FIG. 35-16 A, Aortic valve replacement. Cardiopulmonary bypass cannulation, retrograde cardioplegia, and left ventricular vent (inserted via right superior pulmonary vein) are shown. Note incision site on aorta (dotted line). B, If retrograde cardioplegia is not used, handheld ostial catheters may be used for cardioplegia infusion. C, Valve leaflets are completely excised. D, Sutures are placed in aortic annulus and prosthetic sewing ring. E, Stitches are tied and cut. F, Aorta is closed.
(From Waldhausen JA, et al: Surgery of the chest, ed 6, St. Louis, 1996, Mosby.)
Mitral valve surgery
Mitral regurgitation (MR)
Any of the mitral valve components may be affected. An enlarged annulus is a common cause of mitral regurgitation (MR). The valve leaflets may be normal, but they are unable to coapt and create a competent valve because the dilated annulus pulls the leaflet edges away from one another. The causes of MR may be inflammatory, degenerative, infective, ischemic, structural, or congenital.15–17 The myxomatous mitral valve (Fig. 35-18) reflects leaflet degeneration from fibroelastic changes. MR also may be related to fibrosis, calcification, or tears in a previously implanted valve prosthesis (Fig. 35-19). Chordae tendineae may be ruptured or excessively elongated or shortened and fused from bacterial endocarditis, one or more papillary muscle heads may have ruptured as a result of ischemic heart disease, or the ventricular endocardium may be dilated.
Mitral stenosis (MS)
Unlike AS, AI, or MR, stenosis of the mitral valve is the only lesion that does not place either a volume or a pressure load on the LV. However, chronic mitral stenosis (MS; like MR) produces an enlarged atria and stasis of blood (with the risk of thromboembolism) and frequently leads to atrial fibrillation. Functional tricuspid regurgitation may develop. MS is the result of changes in one or more of the components of the mitral apparatus. The causes of MS may be inflammation, calcification, tumors (i.e., left atrial myxoma), and infection. Bacterial vegetations and the sequelae of rheumatic fever continue to be significant causes of MS.15 With MS the leaflets become progressively more fibrotic and stenotic. Fig. 35-20 illustrates the classic “fish mouth” appearance of a rheumatic mitral valve: smooth fibrotic thickened leaflets, commissural fusion, and shortened thickened chordae tendineae.
Procedure
Annuloplasty and valvuloplasty may be performed on the affected component. An annuloplasty procedure commonly is performed on the mitral or tricuspid valve or both. A cloth-covered prosthetic annuloplasty ring (Fig. 35-21) in a size smaller than the dilated native annulus is sutured to the valve annulus (Fig. 35-22). When the stitches are tied, excess annular tissue is pulled up against the ring, thereby reducing the overall circumference of the valve orifice and allowing the valve leaflets to coapt properly. Annuloplasty rings have different configurations (e.g., circular, almond shaped, C shaped) and are flexible, rigid, or semirigid. The surgeon’s selection of the prosthesis is based on factors such as the underlying pathology, anatomy, annular dynamics, remodeling of the annular geometry, and preservation of valve function. Prosthetic valvular annuloplasty itself does not require postoperative long-term anticoagulation therapy.

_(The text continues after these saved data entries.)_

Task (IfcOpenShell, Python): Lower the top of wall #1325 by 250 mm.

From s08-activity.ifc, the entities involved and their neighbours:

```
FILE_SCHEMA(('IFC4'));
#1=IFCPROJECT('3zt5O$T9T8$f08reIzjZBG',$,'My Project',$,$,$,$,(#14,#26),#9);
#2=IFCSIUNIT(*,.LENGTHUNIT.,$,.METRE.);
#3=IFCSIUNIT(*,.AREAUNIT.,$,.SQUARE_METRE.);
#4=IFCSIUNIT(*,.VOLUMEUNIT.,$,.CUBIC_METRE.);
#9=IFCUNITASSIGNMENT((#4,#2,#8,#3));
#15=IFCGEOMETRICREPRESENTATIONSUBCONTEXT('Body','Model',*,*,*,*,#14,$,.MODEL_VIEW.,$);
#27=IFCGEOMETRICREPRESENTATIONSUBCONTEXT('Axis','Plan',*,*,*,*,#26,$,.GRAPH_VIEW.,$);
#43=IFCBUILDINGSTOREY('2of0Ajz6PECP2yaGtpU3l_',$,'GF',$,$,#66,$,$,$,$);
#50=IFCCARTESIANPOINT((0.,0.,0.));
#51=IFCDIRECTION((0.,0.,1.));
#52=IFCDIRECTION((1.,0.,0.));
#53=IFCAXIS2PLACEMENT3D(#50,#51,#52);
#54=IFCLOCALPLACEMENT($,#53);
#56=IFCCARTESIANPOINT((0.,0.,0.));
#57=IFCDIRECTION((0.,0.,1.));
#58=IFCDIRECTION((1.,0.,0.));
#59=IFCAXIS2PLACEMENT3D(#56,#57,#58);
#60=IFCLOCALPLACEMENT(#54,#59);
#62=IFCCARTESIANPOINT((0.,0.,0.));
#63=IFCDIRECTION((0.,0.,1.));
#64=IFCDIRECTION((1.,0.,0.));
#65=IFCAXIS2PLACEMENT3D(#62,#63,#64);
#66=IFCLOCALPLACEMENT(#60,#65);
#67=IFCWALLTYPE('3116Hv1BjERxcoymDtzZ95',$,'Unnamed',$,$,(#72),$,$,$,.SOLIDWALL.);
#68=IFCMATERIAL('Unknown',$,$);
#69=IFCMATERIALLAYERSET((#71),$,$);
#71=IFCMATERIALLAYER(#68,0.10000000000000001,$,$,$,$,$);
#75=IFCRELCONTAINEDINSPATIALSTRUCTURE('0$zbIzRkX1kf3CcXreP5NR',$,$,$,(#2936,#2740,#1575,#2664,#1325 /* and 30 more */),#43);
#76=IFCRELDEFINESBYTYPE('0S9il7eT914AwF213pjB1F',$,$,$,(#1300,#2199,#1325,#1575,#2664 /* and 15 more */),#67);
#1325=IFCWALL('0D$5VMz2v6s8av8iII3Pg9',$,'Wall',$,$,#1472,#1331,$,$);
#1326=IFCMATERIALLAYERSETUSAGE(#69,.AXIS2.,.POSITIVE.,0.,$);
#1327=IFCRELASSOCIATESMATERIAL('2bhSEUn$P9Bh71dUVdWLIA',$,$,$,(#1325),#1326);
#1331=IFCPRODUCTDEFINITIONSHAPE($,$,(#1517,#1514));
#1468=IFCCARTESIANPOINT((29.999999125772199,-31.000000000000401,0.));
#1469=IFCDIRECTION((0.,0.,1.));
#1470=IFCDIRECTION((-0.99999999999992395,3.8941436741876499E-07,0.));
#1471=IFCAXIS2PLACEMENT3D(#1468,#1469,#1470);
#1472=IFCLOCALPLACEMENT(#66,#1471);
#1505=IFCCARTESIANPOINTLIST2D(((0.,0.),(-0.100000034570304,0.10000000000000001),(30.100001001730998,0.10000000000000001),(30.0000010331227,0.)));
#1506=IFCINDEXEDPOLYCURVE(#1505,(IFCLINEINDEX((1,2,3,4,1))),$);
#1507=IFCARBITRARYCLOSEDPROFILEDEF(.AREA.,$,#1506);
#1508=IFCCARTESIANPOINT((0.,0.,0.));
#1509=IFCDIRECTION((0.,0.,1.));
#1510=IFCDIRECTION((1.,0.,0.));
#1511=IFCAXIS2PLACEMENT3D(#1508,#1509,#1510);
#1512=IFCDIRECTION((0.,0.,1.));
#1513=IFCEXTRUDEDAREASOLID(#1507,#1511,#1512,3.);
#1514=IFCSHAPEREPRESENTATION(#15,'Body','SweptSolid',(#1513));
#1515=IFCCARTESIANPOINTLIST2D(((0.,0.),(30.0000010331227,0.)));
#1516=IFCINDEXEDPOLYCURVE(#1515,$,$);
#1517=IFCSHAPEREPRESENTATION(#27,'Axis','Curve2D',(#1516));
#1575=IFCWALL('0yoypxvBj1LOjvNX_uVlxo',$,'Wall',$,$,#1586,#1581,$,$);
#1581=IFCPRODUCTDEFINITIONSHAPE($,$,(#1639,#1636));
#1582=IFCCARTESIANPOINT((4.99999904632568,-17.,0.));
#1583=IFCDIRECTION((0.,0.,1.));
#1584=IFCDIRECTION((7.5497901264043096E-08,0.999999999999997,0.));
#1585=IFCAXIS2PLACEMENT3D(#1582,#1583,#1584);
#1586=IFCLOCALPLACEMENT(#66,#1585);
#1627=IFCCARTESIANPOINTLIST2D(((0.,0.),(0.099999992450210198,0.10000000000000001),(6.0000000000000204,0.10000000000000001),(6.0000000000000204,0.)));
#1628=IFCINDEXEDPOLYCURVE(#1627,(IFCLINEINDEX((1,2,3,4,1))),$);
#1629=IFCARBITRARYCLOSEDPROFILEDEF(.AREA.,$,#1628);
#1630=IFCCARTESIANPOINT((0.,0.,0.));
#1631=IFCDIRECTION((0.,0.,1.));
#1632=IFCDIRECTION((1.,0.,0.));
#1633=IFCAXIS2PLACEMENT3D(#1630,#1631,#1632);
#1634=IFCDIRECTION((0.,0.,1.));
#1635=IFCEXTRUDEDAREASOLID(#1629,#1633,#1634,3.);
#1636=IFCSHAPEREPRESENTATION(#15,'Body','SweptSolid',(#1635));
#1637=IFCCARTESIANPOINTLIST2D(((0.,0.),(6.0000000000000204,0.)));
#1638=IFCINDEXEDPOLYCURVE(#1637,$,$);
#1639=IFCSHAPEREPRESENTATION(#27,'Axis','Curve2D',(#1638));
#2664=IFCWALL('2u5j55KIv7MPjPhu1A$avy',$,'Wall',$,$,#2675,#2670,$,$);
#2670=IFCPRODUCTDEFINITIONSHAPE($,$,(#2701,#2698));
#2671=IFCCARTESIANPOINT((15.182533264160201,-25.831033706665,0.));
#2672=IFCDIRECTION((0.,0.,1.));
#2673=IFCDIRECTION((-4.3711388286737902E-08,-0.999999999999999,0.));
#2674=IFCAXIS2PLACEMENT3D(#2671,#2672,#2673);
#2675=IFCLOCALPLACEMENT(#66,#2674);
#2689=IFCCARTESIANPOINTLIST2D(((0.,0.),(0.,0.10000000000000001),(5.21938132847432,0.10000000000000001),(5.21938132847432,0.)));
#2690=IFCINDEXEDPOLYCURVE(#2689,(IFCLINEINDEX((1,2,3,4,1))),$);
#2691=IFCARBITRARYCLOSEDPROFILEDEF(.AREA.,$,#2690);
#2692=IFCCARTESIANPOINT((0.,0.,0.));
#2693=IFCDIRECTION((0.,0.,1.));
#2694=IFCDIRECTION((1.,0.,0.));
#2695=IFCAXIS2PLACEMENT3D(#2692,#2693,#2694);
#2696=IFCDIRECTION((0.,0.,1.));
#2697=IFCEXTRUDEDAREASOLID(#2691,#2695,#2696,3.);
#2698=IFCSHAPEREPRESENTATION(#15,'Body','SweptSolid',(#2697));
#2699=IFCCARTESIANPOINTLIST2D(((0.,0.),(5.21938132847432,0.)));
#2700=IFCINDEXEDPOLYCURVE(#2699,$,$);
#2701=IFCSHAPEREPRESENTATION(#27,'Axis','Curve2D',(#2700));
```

```python
import ifcopenshell
import ifcopenshell.geom
import ifcopenshell.util.representation
import ifcopenshell.util.shape
import ifcopenshell.util.unit

model = ifcopenshell.open("s08-activity.ifc")
unit_scale = ifcopenshell.util.unit.calculate_unit_scale(model)
settings = ifcopenshell.geom.settings()


def volume(element):
    """Net volume in cubic metres, openings subtracted."""
    shape = ifcopenshell.geom.create_shape(settings, element)
    return ifcopenshell.util.shape.get_volume(shape.geometry)


wall = model.by_id(1325)
before = volume(wall)

body = ifcopenshell.util.representation.get_representation(wall, "Model", "Body")
solid = body.Items[0]
old_height = solid.Depth
solid.Depth -= 0.25 / unit_scale
after = volume(wall)

print(f"height {old_height:g} -> {solid.Depth:g}, volume {before:.3f} -> {after:.3f} m3")

model.write("s08-activity_edited.ifc")
```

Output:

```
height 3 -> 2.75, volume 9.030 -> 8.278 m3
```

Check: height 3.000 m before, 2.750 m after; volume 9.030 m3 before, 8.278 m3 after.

FIG. 35-21 Annuloplasty rings. A, Duran AnCore® ring. B, CG Future® ring.
(Courtesy Medtronic Inc., Minneapolis, Minn.)
In addition to insertion of a prosthetic annuloplasty ring for annular dilation (see Figs. 35-21 and 35-22), valvuloplasty can be performed. Excess portions of the posterior leaflet of the mitral valve are excised, and the remaining edges are sewn together to promote leaflet coaptation and to reduce the annular circumference. Torn leaflets can be repaired with a patch of pericardium. Ruptured chordae tendineae can be replaced with suture or reattached to the valve leaflet; shortened thickened chordae can be incised to increase length and improve flexibility; and excessively lengthened chordae can be shortened by implanting a portion of the chord into a papillary muscle head. Debridement of calcific nodules can be done, although valve replacement may be needed with severe calcification.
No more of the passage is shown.